Despite the advantages of the fuzzy logic controller mentioned above, there are some 
problems associated with the fuzzy controller that hinders its wider application. One of the 
issues is its lack of a systematic way to develop and modify its rules, and as a result the 
creation and modification of fuzzy rules often depend on trial and error or pure experimen- 
tation. Several approaches have been proposed to address this issue. One of the proposed 
approaches is to use a self-learning mechanism to learn the desirability of rules and modify 
the consequent part of the fuzzy rules accordingly. 

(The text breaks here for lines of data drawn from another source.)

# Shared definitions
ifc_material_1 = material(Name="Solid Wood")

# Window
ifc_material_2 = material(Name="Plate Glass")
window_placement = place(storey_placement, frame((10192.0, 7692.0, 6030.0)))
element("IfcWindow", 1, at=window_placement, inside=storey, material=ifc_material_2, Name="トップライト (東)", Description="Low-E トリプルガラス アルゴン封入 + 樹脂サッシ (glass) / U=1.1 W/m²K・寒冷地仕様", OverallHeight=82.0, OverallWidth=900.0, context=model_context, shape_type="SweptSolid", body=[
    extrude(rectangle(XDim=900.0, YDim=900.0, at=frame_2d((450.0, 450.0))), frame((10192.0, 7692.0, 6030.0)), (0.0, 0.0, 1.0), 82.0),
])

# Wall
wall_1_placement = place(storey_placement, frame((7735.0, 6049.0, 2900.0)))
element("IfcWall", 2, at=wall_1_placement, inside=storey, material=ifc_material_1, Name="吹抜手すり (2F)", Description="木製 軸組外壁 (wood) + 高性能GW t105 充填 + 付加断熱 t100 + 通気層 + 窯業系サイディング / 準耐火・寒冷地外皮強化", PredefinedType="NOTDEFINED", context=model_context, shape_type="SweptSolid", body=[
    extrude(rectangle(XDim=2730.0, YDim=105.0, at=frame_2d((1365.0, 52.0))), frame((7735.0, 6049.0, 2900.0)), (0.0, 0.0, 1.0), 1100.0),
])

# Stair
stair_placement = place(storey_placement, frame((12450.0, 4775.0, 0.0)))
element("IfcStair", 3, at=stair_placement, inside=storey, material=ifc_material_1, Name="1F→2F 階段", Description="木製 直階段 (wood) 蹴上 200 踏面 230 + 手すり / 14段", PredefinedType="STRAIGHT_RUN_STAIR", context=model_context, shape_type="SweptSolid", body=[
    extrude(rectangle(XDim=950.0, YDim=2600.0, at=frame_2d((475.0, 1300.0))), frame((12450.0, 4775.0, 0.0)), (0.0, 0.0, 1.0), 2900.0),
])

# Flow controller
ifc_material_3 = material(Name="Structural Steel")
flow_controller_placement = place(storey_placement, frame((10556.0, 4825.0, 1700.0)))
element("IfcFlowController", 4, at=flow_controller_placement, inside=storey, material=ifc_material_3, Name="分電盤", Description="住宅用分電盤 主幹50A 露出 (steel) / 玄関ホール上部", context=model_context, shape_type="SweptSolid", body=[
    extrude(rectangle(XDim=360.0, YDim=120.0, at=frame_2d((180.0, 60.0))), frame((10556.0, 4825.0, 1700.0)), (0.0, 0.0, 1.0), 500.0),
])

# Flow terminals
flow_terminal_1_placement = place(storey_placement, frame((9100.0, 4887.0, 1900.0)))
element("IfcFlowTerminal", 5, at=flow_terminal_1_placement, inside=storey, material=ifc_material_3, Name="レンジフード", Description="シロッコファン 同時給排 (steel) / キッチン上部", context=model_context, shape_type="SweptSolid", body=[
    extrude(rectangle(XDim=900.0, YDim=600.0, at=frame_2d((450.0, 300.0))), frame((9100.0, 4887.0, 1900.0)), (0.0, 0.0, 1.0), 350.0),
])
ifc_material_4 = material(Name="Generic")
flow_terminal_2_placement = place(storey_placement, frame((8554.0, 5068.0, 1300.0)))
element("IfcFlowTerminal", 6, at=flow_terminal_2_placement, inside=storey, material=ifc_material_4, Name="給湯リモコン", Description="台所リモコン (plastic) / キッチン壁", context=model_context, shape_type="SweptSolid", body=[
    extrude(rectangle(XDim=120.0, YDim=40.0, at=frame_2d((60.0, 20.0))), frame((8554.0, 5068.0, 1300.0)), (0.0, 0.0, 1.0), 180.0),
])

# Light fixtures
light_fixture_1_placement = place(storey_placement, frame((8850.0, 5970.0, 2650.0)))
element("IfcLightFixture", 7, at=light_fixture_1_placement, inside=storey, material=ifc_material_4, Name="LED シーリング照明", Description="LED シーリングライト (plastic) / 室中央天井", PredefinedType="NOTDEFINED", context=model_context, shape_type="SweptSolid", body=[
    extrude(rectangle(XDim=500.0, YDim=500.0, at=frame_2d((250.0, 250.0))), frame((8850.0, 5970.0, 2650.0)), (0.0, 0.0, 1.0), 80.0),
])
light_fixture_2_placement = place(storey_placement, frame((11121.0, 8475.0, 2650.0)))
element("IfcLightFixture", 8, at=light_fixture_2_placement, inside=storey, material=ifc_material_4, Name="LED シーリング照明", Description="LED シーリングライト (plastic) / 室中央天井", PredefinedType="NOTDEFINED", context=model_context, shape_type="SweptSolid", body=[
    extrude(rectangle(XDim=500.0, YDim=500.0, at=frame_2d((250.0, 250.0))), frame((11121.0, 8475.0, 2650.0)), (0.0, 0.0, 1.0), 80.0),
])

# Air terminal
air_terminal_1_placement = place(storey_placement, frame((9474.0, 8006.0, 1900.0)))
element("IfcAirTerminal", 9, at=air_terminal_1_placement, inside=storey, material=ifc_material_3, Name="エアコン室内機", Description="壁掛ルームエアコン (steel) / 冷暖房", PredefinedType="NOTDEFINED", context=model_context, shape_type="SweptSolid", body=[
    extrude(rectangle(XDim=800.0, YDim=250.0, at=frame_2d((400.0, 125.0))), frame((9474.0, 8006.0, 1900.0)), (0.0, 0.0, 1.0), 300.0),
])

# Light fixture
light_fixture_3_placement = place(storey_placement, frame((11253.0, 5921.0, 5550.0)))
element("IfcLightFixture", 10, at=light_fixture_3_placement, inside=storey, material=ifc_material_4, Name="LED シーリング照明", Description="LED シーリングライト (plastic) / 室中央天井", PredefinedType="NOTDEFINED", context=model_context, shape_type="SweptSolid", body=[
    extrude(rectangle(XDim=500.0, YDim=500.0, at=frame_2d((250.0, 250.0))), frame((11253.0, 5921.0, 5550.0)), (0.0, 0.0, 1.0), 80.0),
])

The issue of self-learning is to let the system itself learn the proper control actions 
through a given number of trials. Several techniques have been developed or proposed to 
accomplish the goal of self-learning during recent years. Barto et al [2] proposed a learning 
mechanism composed of two neuron-like elements called the adaptive critic element (ACE) 
and the associative search element(ASE). Lee[5j integrated this idea into a fuzzy control 
system and applied it to the well-known pole-balancing problem. Chen[3] used a similar 
approach with slight modification, and applied it to three similar dynamic process. One 
important aspect of SFLC that has not been properly addressed is that the performance of 
a self-learning fuzzy controller is application dependent and the different dynamics of the 
controlled process requires different treatment in the design of a SFLC. In the following sec- 
tions, the issues related to the design of a SFLC in general and for a particular petrochemical 
process are discussed. 

2 Description of the Control Process and SFLC 

The control process for this research is a simple gas-fired water heater, since it is widely 
used in the petrochemical industry and an accurate simulation model was available. The 
inlet water at a certain temperature and feed rate enter a stirred tank heated by a gas 
burner. At a certain point downstream the outlet water temperature is measured by a 
sensor. The resultant time delay is known as dead time. The controller calculates the 
temperature difference between the current value and the desired (or “setpoint”) value, 
i.e., the error, and adjusts the valve controlling the gas supply accordingly. The initial 
temperature reading of the water tank is assumed to be at room temperature level. For a 
more detailed description of the control process, see [4]. The control task is first to heat the 
tank to the desired set point and then to keep the temperature at the desired level in the 
presence of sensor noise and changing operating conditions. 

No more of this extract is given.